Exercise goal >>
Look at the entries below and reproduce them exactly.
** Opening Entries shown block **
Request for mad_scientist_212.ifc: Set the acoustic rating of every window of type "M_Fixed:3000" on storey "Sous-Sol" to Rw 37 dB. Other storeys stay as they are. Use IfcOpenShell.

First a look at what the model holds.

```python
import ifcopenshell
import ifcopenshell.util.element

model = ifcopenshell.open("mad_scientist_212.ifc")
print(model.schema)
storey = next(s for s in model.by_type("IfcBuildingStorey") if s.Name == "Sous-Sol")
windows = [e for e in ifcopenshell.util.element.get_decomposition(storey) if e.is_a("IfcWindow")]
seen = {}
for e in windows:
    element_type = ifcopenshell.util.element.get_type(e)
    key = (element_type.Name if element_type != e and element_type else None, ifcopenshell.util.element.get_pset(e, "Pset_WindowCommon", "AcousticRating"))
    seen[key] = seen.get(key, 0) + 1
for (name, value), count in sorted(seen.items(), key=str):
    print(count, "x", name, "|", value)
```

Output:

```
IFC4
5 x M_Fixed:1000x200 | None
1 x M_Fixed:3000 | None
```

```python
import ifcopenshell
import ifcopenshell.api.pset
import ifcopenshell.util.element

model = ifcopenshell.open("mad_scientist_212.ifc")

storey = next(s for s in model.by_type("IfcBuildingStorey") if s.Name == "Sous-Sol")
windows = [e for e in ifcopenshell.util.element.get_decomposition(storey) if e.is_a("IfcWindow")]

count = 0
for e in windows:
    element_type = ifcopenshell.util.element.get_type(e)
    if element_type in (None, e) or element_type.Name != "M_Fixed:3000":
        continue
    # add_pset returns the element's existing set when there is one.
    pset = ifcopenshell.api.pset.add_pset(model, product=e, name="Pset_WindowCommon")
    ifcopenshell.api.pset.edit_pset(model, pset=pset, properties={"AcousticRating": "Rw 37 dB"})
    count += 1

print(count, "windows updated")

model.write("mad_scientist_212-out.ifc")
```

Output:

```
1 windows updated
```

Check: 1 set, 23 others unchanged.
** Closing Entries shown block **
Exercise result >>
Request for mad_scientist_212.ifc: Set the acoustic rating of every window of type "M_Fixed:3000" on storey "Sous-Sol" to Rw 37 dB. Other storeys stay as they are. Use IfcOpenShell.

First a look at what the model holds.

```python
import ifcopenshell
import ifcopenshell.util.element

model = ifcopenshell.open("mad_scientist_212.ifc")
print(model.schema)
storey = next(s for s in model.by_type("IfcBuildingStorey") if s.Name == "Sous-Sol")
windows = [e for e in ifcopenshell.util.element.get_decomposition(storey) if e.is_a("IfcWindow")]
seen = {}
for e in windows:
    element_type = ifcopenshell.util.element.get_type(e)
    key = (element_type.Name if element_type != e and element_type else None, ifcopenshell.util.element.get_pset(e, "Pset_WindowCommon", "AcousticRating"))
    seen[key] = seen.get(key, 0) + 1
for (name, value), count in sorted(seen.items(), key=str):
    print(count, "x", name, "|", value)
```

Output:

```
IFC4
5 x M_Fixed:1000x200 | None
1 x M_Fixed:3000 | None
```

```python
import ifcopenshell
import ifcopenshell.api.pset
import ifcopenshell.util.element

model = ifcopenshell.open("mad_scientist_212.ifc")

storey = next(s for s in model.by_type("IfcBuildingStorey") if s.Name == "Sous-Sol")
windows = [e for e in ifcopenshell.util.element.get_decomposition(storey) if e.is_a("IfcWindow")]

count = 0
for e in windows:
    element_type = ifcopenshell.util.element.get_type(e)
    if element_type in (None, e) or element_type.Name != "M_Fixed:3000":
        continue
    # add_pset returns the element's existing set when there is one.
    pset = ifcopenshell.api.pset.add_pset(model, product=e, name="Pset_WindowCommon")
    ifcopenshell.api.pset.edit_pset(model, pset=pset, properties={"AcousticRating": "Rw 37 dB"})
    count += 1

print(count, "windows updated")

model.write("mad_scientist_212-out.ifc")
```

Output:

```
1 windows updated
```

Check: 1 set, 23 others unchanged.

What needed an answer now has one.